Если бы еще дождь прекратился.
Еще через полчаса скачки Гиз перестал чувствовать руки. Он грубо дернул поводья, и его жеребец снова взвился на дыбы. Задние копыта мгновенно увязли в грязи, и скакун затоптался на месте, меся бурую жижу, но удержал равновесие.
Герцог вскинул руку, и его отряд начал потихоньку замедлять ход под аккомпанемент звона сбруи, грохота тележных колес и фырканья вьючных животных. Наконец колонна людей и животных остановилась.
– Что там такое? – спросил кардинал.
– Тихо. – Гиз устремил взгляд на деревянное строение, возвышавшееся впереди на равнине. – В этом-то и вопрос.

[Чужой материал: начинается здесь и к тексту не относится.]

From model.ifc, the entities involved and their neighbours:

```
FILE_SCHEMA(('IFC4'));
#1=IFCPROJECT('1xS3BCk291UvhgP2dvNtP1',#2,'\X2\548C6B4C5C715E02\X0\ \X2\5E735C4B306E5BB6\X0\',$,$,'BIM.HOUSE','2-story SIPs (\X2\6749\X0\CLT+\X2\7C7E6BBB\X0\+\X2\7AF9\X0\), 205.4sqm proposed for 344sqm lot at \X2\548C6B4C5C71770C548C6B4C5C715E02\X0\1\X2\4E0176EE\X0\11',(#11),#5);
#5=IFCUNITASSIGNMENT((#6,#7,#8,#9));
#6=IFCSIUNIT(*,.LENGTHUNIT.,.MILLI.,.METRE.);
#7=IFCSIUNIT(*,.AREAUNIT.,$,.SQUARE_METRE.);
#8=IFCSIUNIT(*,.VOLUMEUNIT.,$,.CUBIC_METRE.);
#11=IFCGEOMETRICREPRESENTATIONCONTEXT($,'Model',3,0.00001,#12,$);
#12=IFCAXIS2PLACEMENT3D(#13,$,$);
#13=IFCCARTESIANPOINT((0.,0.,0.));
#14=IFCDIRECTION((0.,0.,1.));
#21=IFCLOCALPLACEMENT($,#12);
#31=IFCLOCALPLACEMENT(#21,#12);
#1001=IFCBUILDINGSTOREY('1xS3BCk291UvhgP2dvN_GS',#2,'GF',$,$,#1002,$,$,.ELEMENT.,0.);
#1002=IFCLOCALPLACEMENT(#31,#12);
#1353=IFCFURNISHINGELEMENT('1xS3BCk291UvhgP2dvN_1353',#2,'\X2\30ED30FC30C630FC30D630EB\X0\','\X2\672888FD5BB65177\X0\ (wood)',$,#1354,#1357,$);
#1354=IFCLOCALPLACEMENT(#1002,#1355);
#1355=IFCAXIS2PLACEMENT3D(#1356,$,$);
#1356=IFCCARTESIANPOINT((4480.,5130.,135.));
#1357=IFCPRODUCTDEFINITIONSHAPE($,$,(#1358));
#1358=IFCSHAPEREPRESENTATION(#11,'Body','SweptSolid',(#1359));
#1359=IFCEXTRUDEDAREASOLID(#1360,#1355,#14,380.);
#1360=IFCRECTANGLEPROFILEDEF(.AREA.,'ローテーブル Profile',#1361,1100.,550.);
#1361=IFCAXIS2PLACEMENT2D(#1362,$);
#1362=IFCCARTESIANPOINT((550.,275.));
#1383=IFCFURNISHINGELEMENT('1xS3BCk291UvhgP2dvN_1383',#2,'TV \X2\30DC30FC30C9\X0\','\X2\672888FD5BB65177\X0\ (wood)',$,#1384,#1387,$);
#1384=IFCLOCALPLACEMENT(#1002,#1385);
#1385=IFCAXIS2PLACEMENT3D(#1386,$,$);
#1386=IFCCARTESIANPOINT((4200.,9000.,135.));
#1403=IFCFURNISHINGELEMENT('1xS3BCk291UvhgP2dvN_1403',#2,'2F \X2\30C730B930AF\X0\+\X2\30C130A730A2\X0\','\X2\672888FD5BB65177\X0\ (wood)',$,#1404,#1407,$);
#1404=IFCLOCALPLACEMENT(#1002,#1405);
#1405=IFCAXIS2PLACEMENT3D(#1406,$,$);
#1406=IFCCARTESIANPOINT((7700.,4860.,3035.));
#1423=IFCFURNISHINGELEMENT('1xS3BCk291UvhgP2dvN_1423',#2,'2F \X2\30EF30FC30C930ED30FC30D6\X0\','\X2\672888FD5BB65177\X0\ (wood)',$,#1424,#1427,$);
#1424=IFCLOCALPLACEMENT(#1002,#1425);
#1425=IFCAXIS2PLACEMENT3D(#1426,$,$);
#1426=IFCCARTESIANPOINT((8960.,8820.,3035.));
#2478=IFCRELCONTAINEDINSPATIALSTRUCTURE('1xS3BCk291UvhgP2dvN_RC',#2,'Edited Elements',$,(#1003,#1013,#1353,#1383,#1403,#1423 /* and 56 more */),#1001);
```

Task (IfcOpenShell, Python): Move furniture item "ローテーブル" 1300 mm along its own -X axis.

```python
import ifcopenshell
import ifcopenshell.api.geometry
import ifcopenshell.util.placement
import ifcopenshell.util.unit

model = ifcopenshell.open("model.ifc")
unit_scale = ifcopenshell.util.unit.calculate_unit_scale(model)

item = model.by_guid("1xS3BCk291UvhgP2dvN_1353")
matrix = ifcopenshell.util.placement.get_local_placement(item.ObjectPlacement)
matrix[:3, 3] -= matrix[:3, 0] * 1.3 / unit_scale
ifcopenshell.api.geometry.edit_object_placement(model, product=item, matrix=matrix, is_si=False)

print(ifcopenshell.util.placement.get_local_placement(item.ObjectPlacement).round(3) + 0.0)

model.write("model-out.ifc")
```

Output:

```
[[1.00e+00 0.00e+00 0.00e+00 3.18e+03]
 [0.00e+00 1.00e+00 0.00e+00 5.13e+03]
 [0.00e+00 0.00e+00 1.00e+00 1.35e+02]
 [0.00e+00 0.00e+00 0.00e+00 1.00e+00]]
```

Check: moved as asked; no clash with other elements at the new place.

Брат проследил за направлением его взгляда. Внушительного вида деревянный амбар, примерно одинакового размера в высоту и ширину, стоял в чистом поле за пределами городских стен. Он был построен в романском стиле, с черепичной двускатной крышей, крепкими стенами и рядом окон на верхнем ярусе. Шпиль церкви в Васси, в самом сердце городка, по сравнению с ним казался крошечным.
– Вы имеете в виду этот амбар, брат? – спросил кардинал.
– Да, – отрывисто бросил тот. – Этот очень большой, очень новый, очень вызывающий амбар. Более чем амбар, здание. За стенами моего вассального города.
До кардинала внезапно дошло, к чему он клонит.
– Думаете, это протестантский молельный дом?
– А у вас есть лучшее объяснение?
– Возможно, это амбар для хранения… – Он не договорил. – Нет, вы, скорее всего, правы.